Exercise requirements
Under this task are some entries; return every one of them exactly.
[Opening Source material section]
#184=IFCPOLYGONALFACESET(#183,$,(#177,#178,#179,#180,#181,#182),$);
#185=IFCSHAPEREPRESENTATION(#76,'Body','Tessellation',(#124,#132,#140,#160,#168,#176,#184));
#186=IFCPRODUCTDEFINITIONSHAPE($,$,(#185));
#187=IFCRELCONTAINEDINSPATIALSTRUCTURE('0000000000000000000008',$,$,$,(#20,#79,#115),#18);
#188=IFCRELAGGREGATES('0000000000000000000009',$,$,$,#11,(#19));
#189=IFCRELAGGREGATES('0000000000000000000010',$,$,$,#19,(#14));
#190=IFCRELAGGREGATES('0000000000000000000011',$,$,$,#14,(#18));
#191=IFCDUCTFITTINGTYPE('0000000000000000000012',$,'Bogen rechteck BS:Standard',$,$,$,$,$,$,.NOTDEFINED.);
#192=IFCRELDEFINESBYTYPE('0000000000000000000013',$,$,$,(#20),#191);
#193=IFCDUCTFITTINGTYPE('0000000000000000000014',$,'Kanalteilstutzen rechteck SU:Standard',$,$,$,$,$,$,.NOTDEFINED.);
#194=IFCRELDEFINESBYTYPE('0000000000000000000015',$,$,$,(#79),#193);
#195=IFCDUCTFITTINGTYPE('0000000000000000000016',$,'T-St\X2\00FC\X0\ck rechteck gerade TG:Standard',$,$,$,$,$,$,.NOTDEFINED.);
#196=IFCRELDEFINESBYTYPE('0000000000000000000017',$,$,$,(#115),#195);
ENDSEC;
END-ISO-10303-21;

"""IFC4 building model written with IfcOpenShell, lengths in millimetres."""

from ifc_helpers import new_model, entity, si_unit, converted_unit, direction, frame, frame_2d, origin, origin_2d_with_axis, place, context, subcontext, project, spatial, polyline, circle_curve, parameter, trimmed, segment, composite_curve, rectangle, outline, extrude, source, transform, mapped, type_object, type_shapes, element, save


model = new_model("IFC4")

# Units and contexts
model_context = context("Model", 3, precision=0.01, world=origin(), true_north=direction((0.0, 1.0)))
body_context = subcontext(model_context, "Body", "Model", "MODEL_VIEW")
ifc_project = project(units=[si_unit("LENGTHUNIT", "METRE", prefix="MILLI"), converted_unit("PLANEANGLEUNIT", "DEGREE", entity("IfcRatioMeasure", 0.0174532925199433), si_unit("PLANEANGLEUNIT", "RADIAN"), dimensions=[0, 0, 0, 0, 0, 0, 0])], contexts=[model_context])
[Closing Source material section]
Solution to this exercise
#184=IFCPOLYGONALFACESET(#183,$,(#177,#178,#179,#180,#181,#182),$);
#185=IFCSHAPEREPRESENTATION(#76,'Body','Tessellation',(#124,#132,#140,#160,#168,#176,#184));
#186=IFCPRODUCTDEFINITIONSHAPE($,$,(#185));
#187=IFCRELCONTAINEDINSPATIALSTRUCTURE('0000000000000000000008',$,$,$,(#20,#79,#115),#18);
#188=IFCRELAGGREGATES('0000000000000000000009',$,$,$,#11,(#19));
#189=IFCRELAGGREGATES('0000000000000000000010',$,$,$,#19,(#14));
#190=IFCRELAGGREGATES('0000000000000000000011',$,$,$,#14,(#18));
#191=IFCDUCTFITTINGTYPE('0000000000000000000012',$,'Bogen rechteck BS:Standard',$,$,$,$,$,$,.NOTDEFINED.);
#192=IFCRELDEFINESBYTYPE('0000000000000000000013',$,$,$,(#20),#191);
#193=IFCDUCTFITTINGTYPE('0000000000000000000014',$,'Kanalteilstutzen rechteck SU:Standard',$,$,$,$,$,$,.NOTDEFINED.);
#194=IFCRELDEFINESBYTYPE('0000000000000000000015',$,$,$,(#79),#193);
#195=IFCDUCTFITTINGTYPE('0000000000000000000016',$,'T-St\X2\00FC\X0\ck rechteck gerade TG:Standard',$,$,$,$,$,$,.NOTDEFINED.);
#196=IFCRELDEFINESBYTYPE('0000000000000000000017',$,$,$,(#115),#195);
ENDSEC;
END-ISO-10303-21;

"""IFC4 building model written with IfcOpenShell, lengths in millimetres."""

from ifc_helpers import new_model, entity, si_unit, converted_unit, direction, frame, frame_2d, origin, origin_2d_with_axis, place, context, subcontext, project, spatial, polyline, circle_curve, parameter, trimmed, segment, composite_curve, rectangle, outline, extrude, source, transform, mapped, type_object, type_shapes, element, save


model = new_model("IFC4")

# Units and contexts
model_context = context("Model", 3, precision=0.01, world=origin(), true_north=direction((0.0, 1.0)))
body_context = subcontext(model_context, "Body", "Model", "MODEL_VIEW")
ifc_project = project(units=[si_unit("LENGTHUNIT", "METRE", prefix="MILLI"), converted_unit("PLANEANGLEUNIT", "DEGREE", entity("IfcRatioMeasure", 0.0174532925199433), si_unit("PLANEANGLEUNIT", "RADIAN"), dimensions=[0, 0, 0, 0, 0, 0, 0])], contexts=[model_context])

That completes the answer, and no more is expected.